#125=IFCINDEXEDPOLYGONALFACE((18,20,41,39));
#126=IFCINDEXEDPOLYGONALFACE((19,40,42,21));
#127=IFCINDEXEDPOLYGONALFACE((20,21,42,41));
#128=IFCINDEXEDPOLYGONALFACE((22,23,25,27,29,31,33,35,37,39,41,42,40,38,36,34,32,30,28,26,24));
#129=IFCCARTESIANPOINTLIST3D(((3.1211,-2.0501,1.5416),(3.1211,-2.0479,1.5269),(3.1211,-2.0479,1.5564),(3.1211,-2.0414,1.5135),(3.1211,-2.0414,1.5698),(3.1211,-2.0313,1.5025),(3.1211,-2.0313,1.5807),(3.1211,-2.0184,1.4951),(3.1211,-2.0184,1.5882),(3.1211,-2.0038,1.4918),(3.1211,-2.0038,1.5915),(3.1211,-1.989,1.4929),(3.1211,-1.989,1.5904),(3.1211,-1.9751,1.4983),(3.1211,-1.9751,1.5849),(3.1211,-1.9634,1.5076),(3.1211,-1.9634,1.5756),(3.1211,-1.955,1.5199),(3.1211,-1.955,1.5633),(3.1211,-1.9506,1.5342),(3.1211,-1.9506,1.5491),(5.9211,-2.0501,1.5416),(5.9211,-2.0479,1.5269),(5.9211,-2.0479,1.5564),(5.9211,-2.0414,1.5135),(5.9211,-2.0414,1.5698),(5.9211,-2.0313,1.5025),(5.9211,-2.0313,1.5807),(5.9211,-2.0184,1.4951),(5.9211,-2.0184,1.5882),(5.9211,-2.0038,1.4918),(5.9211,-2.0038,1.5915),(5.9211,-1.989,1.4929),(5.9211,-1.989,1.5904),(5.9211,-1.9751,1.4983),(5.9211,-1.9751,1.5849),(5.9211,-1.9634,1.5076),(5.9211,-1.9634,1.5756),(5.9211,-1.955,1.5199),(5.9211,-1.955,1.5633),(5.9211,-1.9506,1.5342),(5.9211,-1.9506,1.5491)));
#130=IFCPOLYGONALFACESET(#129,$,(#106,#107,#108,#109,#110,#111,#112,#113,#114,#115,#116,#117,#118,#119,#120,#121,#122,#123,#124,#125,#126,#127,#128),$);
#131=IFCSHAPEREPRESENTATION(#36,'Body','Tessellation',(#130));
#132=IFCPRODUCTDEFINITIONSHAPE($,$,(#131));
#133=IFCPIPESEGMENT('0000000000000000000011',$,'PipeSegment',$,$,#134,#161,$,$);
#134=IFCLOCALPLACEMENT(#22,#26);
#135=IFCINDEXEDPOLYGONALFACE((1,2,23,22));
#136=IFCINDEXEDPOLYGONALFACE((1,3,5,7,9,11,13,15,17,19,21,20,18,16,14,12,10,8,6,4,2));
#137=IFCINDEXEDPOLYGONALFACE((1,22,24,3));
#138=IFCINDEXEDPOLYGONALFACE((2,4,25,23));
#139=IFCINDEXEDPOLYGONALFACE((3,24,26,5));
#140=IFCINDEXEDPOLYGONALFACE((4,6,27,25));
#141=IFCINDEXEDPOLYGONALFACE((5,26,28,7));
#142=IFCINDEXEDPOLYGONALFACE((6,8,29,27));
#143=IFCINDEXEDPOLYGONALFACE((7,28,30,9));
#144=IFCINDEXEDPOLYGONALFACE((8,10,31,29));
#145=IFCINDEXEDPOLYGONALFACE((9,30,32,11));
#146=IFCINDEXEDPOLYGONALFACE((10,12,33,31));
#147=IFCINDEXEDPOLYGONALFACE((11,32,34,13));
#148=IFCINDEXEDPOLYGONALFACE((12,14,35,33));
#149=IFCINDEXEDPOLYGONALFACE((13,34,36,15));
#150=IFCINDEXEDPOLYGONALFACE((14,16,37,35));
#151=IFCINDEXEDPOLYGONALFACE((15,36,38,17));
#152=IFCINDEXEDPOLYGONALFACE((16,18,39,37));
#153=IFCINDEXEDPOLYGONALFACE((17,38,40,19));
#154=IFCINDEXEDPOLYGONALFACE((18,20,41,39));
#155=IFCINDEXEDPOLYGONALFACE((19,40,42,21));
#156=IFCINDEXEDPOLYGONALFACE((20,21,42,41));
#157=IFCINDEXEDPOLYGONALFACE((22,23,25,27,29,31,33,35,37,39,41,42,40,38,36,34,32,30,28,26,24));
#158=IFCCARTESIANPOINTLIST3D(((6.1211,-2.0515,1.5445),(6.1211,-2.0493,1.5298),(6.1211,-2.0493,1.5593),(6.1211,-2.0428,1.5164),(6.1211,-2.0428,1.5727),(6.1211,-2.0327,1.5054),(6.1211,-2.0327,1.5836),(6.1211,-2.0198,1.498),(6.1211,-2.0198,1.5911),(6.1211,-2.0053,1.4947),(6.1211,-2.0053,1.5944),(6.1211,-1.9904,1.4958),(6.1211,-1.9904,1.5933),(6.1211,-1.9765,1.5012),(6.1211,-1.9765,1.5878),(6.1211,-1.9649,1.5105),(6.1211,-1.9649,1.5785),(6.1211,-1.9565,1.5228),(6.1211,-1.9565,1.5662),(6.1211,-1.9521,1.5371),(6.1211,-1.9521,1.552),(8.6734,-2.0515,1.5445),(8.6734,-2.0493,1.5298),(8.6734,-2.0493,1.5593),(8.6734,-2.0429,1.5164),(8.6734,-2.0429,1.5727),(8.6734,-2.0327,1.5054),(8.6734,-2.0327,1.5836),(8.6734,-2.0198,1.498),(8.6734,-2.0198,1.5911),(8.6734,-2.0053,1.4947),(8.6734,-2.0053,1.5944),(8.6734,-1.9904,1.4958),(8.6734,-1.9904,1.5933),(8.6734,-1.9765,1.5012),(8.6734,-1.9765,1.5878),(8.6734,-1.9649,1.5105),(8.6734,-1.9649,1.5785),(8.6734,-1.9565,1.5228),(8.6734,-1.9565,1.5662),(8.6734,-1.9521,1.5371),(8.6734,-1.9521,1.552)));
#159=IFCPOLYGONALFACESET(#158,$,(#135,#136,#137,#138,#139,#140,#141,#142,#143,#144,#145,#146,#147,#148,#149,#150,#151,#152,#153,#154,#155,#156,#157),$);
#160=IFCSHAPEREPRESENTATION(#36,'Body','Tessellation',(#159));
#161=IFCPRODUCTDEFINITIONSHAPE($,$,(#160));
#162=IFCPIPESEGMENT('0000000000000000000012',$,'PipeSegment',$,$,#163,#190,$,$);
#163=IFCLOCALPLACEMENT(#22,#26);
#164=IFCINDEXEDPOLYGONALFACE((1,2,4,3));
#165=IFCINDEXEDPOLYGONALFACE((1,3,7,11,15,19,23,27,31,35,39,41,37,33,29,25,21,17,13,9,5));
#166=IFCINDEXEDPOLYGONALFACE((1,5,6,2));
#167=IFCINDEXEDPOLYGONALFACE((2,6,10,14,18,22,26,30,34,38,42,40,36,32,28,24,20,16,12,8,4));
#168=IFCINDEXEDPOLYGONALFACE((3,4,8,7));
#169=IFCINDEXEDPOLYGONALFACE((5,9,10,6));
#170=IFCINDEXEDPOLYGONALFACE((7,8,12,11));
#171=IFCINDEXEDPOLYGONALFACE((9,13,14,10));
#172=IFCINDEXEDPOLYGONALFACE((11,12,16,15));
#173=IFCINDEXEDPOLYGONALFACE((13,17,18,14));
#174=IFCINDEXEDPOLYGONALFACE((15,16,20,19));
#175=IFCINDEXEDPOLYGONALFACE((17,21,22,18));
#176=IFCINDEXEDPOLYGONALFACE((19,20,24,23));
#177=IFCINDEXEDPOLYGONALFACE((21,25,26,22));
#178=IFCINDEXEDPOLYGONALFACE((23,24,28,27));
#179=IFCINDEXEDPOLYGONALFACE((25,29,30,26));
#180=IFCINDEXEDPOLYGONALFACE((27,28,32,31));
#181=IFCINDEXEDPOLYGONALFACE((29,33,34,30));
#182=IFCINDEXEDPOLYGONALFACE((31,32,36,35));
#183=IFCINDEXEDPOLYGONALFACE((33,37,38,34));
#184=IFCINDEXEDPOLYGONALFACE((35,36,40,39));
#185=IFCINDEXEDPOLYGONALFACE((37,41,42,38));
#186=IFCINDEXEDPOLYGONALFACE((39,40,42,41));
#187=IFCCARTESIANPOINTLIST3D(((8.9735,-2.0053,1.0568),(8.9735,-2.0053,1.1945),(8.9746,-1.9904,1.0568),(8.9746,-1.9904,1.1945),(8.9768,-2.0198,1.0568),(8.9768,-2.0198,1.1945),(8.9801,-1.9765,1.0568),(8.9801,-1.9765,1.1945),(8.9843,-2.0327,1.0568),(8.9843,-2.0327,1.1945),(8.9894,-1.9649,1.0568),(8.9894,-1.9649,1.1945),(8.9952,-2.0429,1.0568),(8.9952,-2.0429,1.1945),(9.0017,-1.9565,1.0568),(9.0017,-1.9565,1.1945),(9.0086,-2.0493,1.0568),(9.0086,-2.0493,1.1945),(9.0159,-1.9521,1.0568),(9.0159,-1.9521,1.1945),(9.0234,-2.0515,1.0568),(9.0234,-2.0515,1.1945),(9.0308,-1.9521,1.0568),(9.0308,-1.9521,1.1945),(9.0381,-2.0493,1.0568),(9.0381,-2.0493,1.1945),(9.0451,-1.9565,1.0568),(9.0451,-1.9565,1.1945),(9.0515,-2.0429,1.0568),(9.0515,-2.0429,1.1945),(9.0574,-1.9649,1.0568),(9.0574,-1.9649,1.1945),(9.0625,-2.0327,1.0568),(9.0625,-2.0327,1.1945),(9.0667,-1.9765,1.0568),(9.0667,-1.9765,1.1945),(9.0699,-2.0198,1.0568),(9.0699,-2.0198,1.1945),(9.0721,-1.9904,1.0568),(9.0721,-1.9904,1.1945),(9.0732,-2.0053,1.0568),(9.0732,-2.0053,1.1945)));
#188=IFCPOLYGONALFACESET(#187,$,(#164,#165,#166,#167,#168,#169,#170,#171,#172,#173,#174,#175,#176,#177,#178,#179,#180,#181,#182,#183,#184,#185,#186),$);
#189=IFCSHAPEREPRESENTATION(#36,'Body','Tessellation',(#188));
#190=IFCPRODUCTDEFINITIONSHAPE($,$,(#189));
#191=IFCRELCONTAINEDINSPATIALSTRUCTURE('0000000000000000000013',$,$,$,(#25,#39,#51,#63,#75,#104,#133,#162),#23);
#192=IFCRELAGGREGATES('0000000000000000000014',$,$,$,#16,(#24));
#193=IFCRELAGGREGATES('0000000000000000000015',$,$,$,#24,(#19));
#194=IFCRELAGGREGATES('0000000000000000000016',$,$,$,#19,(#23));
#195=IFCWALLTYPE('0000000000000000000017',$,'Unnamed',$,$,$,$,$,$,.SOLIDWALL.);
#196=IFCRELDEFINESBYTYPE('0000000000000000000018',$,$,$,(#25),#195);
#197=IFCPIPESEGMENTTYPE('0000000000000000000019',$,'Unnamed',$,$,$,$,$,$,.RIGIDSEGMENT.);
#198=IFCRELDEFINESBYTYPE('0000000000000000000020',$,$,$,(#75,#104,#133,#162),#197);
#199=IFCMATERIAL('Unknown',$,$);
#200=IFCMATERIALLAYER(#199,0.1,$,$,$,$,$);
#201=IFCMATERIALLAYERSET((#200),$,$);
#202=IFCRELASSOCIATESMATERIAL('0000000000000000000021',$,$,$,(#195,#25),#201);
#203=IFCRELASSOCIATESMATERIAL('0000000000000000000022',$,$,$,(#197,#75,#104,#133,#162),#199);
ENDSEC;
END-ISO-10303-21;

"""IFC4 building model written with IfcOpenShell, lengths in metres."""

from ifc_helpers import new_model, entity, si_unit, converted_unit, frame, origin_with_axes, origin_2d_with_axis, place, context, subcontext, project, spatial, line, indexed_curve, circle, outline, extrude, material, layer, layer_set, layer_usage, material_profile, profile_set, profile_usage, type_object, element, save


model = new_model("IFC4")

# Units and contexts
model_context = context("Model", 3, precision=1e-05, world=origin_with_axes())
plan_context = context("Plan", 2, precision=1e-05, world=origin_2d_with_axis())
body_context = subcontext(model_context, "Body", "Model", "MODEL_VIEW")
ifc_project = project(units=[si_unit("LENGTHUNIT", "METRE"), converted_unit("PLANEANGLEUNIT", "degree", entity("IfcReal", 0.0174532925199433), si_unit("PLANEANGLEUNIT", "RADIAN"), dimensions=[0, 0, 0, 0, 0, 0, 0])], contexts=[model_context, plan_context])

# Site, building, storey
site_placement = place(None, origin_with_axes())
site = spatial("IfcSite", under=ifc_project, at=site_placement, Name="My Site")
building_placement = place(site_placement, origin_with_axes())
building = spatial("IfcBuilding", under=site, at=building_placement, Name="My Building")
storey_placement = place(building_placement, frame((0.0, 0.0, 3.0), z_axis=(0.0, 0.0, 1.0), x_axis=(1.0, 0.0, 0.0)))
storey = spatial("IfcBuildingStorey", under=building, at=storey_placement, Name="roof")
--------------------------------
◆ WHAT THIS TASK INVOLVES: With the line holding "0])], contexts=[model_context, plan_context])" as the first and the line holding "building_placement = place(site_placement, origin_with_axes())" as the last, set down that range of the entries above exactly, and nothing else.

◆ SOLUTION BELOW:
ifc_project = project(units=[si_unit("LENGTHUNIT", "METRE"), converted_unit("PLANEANGLEUNIT", "degree", entity("IfcReal", 0.0174532925199433), si_unit("PLANEANGLEUNIT", "RADIAN"), dimensions=[0, 0, 0, 0, 0, 0, 0])], contexts=[model_context, plan_context])

# Site, building, storey
site_placement = place(None, origin_with_axes())
site = spatial("IfcSite", under=ifc_project, at=site_placement, Name="My Site")
building_placement = place(site_placement, origin_with_axes())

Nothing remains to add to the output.